──────── TASK DATA ────────

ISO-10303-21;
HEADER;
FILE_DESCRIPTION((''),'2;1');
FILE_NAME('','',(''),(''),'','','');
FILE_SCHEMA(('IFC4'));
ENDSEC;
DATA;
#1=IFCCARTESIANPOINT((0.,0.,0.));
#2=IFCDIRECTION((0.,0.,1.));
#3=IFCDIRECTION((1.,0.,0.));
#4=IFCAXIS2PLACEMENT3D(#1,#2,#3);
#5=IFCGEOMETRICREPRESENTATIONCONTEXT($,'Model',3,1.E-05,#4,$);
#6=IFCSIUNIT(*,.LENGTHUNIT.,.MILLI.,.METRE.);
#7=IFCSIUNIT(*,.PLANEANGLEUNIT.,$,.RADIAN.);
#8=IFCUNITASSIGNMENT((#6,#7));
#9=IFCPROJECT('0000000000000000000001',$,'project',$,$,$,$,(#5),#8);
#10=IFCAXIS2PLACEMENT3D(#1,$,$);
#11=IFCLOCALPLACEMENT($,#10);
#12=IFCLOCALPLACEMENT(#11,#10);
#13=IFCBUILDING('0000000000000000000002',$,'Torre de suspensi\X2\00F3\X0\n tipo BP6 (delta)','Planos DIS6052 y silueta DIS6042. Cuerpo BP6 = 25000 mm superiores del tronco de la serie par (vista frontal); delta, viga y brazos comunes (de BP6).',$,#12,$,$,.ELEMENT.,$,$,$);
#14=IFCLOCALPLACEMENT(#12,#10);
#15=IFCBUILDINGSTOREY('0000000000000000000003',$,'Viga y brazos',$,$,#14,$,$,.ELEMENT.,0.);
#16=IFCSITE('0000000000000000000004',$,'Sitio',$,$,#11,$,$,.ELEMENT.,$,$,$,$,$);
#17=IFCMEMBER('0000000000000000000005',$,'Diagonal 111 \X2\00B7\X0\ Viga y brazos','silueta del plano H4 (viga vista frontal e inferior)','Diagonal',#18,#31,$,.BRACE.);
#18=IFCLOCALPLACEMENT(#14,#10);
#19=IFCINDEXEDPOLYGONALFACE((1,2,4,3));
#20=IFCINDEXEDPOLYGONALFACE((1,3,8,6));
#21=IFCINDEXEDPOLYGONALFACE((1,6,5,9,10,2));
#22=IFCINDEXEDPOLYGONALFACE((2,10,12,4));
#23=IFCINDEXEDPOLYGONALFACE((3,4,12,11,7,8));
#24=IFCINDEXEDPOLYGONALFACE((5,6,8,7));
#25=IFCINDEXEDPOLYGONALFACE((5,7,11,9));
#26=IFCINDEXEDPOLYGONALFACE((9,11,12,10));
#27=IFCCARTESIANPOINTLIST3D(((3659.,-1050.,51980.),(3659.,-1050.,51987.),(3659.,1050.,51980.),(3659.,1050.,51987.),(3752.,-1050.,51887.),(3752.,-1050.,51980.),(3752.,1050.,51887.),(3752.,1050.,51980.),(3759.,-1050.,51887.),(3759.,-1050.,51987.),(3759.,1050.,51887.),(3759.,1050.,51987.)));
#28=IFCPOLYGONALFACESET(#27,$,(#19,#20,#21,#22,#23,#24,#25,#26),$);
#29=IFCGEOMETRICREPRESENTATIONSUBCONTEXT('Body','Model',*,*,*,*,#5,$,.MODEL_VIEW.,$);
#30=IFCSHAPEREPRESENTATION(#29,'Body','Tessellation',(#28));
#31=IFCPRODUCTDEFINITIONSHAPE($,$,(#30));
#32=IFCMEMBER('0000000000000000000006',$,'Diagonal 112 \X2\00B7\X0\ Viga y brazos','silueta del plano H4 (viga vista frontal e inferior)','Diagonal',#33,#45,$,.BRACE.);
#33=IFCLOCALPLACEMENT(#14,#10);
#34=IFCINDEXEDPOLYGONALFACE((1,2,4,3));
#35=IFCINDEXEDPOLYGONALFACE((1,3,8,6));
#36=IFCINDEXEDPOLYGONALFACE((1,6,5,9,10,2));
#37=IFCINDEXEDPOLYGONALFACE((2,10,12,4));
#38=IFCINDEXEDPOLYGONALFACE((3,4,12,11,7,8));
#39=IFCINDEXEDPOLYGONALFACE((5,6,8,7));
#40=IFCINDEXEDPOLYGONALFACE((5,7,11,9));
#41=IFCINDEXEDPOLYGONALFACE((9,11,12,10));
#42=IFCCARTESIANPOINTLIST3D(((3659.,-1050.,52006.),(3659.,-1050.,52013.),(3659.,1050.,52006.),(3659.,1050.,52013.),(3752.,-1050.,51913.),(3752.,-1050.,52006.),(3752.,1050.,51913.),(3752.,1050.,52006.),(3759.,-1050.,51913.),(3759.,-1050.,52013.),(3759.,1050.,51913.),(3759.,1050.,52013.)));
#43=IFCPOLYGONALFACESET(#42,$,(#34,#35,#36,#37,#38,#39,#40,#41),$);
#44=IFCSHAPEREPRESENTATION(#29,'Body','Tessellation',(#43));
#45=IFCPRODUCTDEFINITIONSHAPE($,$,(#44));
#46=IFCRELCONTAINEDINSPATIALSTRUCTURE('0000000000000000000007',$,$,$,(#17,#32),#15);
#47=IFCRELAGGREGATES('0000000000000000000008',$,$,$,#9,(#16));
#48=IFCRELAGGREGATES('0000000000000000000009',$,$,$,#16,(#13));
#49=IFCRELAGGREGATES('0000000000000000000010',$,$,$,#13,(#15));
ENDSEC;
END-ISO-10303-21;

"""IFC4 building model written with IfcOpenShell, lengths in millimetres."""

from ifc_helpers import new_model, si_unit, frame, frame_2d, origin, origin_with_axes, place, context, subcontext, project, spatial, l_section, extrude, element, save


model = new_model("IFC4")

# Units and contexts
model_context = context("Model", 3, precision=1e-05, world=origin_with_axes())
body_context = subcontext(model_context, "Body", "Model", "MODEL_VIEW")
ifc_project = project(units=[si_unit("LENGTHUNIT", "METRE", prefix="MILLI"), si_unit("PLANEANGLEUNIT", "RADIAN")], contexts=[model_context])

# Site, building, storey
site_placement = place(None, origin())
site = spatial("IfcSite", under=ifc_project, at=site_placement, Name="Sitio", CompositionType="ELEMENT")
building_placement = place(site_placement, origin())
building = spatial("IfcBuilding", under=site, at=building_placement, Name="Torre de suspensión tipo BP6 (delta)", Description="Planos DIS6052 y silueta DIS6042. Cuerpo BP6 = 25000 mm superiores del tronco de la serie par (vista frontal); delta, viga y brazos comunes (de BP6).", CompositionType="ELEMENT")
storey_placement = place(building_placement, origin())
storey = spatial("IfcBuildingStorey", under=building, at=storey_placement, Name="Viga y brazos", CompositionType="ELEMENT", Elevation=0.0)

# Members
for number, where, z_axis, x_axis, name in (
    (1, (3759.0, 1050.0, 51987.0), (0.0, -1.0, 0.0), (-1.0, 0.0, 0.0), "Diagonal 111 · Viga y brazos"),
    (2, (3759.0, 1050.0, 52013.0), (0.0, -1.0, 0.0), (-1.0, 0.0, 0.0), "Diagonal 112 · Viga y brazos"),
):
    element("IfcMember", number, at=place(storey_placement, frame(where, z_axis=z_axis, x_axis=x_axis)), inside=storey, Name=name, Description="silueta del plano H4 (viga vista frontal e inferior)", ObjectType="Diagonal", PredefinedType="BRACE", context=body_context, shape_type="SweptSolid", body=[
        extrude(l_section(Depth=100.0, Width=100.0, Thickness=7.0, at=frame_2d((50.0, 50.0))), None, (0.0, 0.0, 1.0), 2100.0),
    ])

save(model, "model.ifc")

────────
──────── TASK DATA ────────

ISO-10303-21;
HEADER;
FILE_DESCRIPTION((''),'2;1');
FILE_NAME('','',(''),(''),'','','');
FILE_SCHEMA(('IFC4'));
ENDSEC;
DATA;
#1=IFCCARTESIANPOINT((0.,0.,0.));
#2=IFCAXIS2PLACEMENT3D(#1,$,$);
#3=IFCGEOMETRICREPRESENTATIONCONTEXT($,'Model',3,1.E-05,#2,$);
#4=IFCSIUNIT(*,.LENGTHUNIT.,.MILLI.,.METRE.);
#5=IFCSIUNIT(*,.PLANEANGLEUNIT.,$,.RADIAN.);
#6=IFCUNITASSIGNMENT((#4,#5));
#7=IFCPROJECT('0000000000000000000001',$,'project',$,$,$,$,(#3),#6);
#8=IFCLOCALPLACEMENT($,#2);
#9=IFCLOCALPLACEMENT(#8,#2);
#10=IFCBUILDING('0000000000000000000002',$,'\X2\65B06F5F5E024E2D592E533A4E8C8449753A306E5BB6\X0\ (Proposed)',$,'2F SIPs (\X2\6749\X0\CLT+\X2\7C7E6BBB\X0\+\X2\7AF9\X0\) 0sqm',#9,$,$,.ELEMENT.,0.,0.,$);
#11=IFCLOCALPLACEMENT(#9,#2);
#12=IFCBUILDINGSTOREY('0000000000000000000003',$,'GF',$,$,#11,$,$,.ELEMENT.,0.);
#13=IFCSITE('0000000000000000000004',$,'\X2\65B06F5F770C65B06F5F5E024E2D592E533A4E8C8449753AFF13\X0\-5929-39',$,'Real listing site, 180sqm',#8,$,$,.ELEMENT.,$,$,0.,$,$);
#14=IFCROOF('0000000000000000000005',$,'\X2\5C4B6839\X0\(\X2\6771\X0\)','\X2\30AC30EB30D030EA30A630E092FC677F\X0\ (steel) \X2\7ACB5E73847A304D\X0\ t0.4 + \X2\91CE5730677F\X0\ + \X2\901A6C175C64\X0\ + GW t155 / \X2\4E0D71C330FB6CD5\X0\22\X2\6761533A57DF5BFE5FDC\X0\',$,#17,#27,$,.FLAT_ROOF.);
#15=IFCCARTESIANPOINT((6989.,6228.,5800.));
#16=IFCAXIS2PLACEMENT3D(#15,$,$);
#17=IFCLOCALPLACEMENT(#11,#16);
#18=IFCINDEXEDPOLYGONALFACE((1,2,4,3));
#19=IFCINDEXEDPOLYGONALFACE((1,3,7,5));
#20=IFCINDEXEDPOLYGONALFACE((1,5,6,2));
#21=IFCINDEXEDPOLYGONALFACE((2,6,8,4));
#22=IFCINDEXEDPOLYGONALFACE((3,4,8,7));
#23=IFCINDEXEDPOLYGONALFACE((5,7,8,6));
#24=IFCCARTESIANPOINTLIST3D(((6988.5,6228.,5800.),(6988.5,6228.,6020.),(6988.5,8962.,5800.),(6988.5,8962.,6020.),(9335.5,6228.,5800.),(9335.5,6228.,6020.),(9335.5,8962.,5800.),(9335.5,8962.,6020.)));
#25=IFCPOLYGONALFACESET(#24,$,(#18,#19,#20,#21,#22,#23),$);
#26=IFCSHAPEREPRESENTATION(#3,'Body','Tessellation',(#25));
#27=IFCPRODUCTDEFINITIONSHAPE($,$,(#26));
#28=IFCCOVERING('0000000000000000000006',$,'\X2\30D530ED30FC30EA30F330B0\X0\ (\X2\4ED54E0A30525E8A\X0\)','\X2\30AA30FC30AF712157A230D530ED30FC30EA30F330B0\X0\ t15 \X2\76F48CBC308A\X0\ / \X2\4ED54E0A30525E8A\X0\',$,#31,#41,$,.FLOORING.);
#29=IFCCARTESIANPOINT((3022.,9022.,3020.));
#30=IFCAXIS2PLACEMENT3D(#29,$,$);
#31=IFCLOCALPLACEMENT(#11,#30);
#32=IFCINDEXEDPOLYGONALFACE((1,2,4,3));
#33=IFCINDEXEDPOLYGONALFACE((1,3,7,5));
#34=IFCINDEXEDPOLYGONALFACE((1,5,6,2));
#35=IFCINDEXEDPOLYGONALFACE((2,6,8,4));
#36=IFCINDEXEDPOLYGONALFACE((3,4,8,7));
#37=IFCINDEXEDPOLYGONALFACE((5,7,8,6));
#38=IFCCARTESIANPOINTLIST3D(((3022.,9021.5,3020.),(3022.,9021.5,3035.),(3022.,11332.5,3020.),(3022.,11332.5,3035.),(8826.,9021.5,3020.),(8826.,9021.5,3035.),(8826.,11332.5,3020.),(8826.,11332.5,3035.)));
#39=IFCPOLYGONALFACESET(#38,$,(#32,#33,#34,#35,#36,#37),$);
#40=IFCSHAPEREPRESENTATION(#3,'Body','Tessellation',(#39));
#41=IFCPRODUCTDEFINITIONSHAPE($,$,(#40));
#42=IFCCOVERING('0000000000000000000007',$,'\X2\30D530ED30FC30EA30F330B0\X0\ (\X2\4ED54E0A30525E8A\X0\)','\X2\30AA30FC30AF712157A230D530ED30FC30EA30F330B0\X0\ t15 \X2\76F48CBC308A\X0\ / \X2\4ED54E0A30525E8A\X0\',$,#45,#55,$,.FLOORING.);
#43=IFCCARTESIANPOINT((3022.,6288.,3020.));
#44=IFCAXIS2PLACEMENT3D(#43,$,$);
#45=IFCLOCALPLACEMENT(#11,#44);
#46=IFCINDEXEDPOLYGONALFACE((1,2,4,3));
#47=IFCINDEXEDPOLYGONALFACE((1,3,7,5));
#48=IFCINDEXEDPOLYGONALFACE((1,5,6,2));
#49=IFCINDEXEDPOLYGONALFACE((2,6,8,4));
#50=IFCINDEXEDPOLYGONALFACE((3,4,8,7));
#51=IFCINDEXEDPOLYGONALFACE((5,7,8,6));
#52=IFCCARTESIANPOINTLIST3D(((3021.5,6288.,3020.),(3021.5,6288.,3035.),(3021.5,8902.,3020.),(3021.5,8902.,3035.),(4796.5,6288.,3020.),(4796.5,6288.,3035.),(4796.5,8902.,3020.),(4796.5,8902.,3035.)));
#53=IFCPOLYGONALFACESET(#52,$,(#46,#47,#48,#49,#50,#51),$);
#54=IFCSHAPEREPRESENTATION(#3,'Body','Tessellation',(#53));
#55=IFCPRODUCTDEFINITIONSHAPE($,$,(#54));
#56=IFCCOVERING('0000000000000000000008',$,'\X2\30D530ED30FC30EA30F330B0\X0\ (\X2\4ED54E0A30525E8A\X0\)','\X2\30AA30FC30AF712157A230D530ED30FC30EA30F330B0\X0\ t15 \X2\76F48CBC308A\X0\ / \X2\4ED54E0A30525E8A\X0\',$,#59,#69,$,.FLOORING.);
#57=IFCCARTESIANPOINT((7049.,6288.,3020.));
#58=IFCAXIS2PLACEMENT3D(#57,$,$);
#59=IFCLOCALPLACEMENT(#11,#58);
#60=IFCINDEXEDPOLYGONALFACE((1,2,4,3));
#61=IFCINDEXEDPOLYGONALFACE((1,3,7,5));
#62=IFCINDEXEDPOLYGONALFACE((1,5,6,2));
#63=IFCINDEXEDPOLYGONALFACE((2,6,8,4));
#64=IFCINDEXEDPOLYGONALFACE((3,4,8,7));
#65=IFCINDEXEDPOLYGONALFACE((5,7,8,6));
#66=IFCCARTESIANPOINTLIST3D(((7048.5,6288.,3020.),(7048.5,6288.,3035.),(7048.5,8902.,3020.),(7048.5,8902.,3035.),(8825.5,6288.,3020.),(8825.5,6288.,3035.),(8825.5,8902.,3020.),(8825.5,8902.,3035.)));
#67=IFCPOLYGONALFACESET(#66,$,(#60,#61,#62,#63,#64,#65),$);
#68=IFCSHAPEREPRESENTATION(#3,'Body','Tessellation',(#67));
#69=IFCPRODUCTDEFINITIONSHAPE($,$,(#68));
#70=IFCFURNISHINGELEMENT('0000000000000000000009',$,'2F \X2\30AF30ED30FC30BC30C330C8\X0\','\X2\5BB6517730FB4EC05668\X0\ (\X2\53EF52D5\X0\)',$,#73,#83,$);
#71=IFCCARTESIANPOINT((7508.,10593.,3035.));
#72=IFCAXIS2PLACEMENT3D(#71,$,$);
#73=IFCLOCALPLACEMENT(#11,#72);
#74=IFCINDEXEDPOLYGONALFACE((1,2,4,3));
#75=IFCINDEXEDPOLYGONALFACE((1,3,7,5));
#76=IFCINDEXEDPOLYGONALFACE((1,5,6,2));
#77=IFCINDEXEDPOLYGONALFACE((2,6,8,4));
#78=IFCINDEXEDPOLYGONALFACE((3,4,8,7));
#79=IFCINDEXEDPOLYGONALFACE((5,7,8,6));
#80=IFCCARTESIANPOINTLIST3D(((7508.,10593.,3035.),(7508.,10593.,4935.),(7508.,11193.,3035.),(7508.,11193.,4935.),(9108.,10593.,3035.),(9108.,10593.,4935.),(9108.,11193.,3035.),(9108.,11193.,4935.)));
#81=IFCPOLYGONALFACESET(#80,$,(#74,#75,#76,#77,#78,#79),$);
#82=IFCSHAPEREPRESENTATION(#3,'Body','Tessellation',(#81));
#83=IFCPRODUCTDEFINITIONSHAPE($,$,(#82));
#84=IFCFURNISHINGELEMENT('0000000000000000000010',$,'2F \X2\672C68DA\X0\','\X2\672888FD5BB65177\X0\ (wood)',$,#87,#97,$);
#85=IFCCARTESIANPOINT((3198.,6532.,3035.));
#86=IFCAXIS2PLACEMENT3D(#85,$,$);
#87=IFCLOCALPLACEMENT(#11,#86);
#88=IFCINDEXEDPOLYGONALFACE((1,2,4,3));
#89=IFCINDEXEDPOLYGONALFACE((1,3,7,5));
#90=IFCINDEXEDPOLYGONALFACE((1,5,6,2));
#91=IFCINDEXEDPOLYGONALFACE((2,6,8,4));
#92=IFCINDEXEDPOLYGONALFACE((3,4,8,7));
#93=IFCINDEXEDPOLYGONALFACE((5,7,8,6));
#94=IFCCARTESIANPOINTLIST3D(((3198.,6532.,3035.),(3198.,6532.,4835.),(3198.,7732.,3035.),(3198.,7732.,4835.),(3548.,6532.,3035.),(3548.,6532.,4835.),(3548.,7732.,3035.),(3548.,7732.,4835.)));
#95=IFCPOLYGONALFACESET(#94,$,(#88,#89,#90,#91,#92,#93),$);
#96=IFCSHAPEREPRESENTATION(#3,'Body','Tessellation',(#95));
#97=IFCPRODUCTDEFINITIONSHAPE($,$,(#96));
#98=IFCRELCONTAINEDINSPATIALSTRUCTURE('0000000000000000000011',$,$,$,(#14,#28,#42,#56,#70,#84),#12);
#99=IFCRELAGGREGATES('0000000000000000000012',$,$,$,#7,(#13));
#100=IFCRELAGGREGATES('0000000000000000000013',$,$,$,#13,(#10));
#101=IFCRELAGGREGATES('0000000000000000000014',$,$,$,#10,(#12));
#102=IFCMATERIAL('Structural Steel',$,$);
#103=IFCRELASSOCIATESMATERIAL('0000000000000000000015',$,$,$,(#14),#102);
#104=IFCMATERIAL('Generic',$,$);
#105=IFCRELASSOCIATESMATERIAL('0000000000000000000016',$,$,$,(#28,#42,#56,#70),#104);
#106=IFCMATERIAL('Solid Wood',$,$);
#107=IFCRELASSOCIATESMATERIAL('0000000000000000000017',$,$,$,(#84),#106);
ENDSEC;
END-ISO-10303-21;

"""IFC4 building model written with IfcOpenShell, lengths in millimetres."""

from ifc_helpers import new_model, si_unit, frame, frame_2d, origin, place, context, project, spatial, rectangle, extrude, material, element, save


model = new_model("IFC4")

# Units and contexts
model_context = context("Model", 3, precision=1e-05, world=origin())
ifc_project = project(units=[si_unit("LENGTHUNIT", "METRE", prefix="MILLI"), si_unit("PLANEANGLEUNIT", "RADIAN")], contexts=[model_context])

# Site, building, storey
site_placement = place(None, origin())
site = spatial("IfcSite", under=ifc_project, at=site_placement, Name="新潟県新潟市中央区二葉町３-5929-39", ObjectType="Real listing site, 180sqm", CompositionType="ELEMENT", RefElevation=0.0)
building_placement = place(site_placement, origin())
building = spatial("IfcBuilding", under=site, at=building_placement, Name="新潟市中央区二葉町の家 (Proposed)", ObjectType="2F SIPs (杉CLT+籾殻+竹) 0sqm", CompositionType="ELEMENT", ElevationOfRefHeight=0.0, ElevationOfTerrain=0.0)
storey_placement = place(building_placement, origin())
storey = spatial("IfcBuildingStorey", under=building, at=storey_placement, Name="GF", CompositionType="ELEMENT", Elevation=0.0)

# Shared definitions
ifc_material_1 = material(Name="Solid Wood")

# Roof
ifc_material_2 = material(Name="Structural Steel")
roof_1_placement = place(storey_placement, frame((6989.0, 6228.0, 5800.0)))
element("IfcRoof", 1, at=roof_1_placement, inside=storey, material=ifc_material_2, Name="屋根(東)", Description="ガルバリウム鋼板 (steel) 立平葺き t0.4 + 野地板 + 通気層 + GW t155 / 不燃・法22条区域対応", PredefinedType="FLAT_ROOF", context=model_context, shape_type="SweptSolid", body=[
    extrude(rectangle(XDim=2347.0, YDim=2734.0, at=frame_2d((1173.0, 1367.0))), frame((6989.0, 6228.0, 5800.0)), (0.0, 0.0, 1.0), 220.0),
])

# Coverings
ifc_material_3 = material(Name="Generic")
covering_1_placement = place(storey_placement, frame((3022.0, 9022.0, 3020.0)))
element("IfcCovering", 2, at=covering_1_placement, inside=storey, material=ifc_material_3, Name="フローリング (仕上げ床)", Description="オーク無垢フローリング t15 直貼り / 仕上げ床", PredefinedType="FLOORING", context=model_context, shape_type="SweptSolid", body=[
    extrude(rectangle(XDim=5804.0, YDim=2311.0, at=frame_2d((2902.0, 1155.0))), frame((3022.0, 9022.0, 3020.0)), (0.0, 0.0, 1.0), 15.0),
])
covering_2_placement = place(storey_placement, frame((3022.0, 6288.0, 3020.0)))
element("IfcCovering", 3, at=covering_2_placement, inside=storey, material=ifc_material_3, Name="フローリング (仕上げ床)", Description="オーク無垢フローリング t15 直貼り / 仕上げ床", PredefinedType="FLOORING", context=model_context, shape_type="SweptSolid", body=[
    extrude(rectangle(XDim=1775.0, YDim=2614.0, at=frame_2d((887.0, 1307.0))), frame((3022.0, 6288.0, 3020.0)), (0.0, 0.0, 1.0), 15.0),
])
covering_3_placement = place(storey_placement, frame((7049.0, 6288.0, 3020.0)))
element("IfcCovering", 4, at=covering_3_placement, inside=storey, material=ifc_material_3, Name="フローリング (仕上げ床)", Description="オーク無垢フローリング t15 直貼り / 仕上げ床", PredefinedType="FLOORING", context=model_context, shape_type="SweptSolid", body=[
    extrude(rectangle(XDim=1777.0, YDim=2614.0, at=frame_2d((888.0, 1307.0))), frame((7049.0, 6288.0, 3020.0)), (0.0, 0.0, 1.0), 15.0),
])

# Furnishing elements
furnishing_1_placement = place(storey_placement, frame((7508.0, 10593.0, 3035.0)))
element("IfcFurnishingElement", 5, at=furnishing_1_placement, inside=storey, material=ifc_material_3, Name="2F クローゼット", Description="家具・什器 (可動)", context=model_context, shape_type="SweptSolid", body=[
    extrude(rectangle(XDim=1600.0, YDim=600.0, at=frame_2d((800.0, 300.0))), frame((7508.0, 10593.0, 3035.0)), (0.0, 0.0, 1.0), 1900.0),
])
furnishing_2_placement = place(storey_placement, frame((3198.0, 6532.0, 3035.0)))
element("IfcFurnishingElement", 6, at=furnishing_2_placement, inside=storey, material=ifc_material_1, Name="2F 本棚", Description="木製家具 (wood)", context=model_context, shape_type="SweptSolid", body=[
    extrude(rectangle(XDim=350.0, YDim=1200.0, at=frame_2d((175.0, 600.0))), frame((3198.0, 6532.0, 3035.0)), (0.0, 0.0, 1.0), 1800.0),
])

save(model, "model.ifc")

────────

• **TASK STATEMENT**
Retype word for word everything in the listing above from the line that holds "#48=IFCINDEXEDPOLYGONALFACE((1,5,6,2));" down to the line that holds "#79=IFCINDEXEDPOLYGONALFACE((5,7,8,6));". Keep both end lines and leave out the rest.

• **WRITTEN RESPONSE**
#48=IFCINDEXEDPOLYGONALFACE((1,5,6,2));
#49=IFCINDEXEDPOLYGONALFACE((2,6,8,4));
#50=IFCINDEXEDPOLYGONALFACE((3,4,8,7));
#51=IFCINDEXEDPOLYGONALFACE((5,7,8,6));
#52=IFCCARTESIANPOINTLIST3D(((3021.5,6288.,3020.),(3021.5,6288.,3035.),(3021.5,8902.,3020.),(3021.5,8902.,3035.),(4796.5,6288.,3020.),(4796.5,6288.,3035.),(4796.5,8902.,3020.),(4796.5,8902.,3035.)));
#53=IFCPOLYGONALFACESET(#52,$,(#46,#47,#48,#49,#50,#51),$);
#54=IFCSHAPEREPRESENTATION(#3,'Body','Tessellation',(#53));
#55=IFCPRODUCTDEFINITIONSHAPE($,$,(#54));
#56=IFCCOVERING('0000000000000000000008',$,'\X2\30D530ED30FC30EA30F330B0\X0\ (\X2\4ED54E0A30525E8A\X0\)','\X2\30AA30FC30AF712157A230D530ED30FC30EA30F330B0\X0\ t15 \X2\76F48CBC308A\X0\ / \X2\4ED54E0A30525E8A\X0\',$,#59,#69,$,.FLOORING.);
#57=IFCCARTESIANPOINT((7049.,6288.,3020.));
#58=IFCAXIS2PLACEMENT3D(#57,$,$);
#59=IFCLOCALPLACEMENT(#11,#58);
#60=IFCINDEXEDPOLYGONALFACE((1,2,4,3));
#61=IFCINDEXEDPOLYGONALFACE((1,3,7,5));
#62=IFCINDEXEDPOLYGONALFACE((1,5,6,2));
#63=IFCINDEXEDPOLYGONALFACE((2,6,8,4));
#64=IFCINDEXEDPOLYGONALFACE((3,4,8,7));
#65=IFCINDEXEDPOLYGONALFACE((5,7,8,6));
#66=IFCCARTESIANPOINTLIST3D(((7048.5,6288.,3020.),(7048.5,6288.,3035.),(7048.5,8902.,3020.),(7048.5,8902.,3035.),(8825.5,6288.,3020.),(8825.5,6288.,3035.),(8825.5,8902.,3020.),(8825.5,8902.,3035.)));
#67=IFCPOLYGONALFACESET(#66,$,(#60,#61,#62,#63,#64,#65),$);
#68=IFCSHAPEREPRESENTATION(#3,'Body','Tessellation',(#67));
#69=IFCPRODUCTDEFINITIONSHAPE($,$,(#68));
#70=IFCFURNISHINGELEMENT('0000000000000000000009',$,'2F \X2\30AF30ED30FC30BC30C330C8\X0\','\X2\5BB6517730FB4EC05668\X0\ (\X2\53EF52D5\X0\)',$,#73,#83,$);
#71=IFCCARTESIANPOINT((7508.,10593.,3035.));
#72=IFCAXIS2PLACEMENT3D(#71,$,$);
#73=IFCLOCALPLACEMENT(#11,#72);
#74=IFCINDEXEDPOLYGONALFACE((1,2,4,3));
#75=IFCINDEXEDPOLYGONALFACE((1,3,7,5));
#76=IFCINDEXEDPOLYGONALFACE((1,5,6,2));
#77=IFCINDEXEDPOLYGONALFACE((2,6,8,4));
#78=IFCINDEXEDPOLYGONALFACE((3,4,8,7));
#79=IFCINDEXEDPOLYGONALFACE((5,7,8,6));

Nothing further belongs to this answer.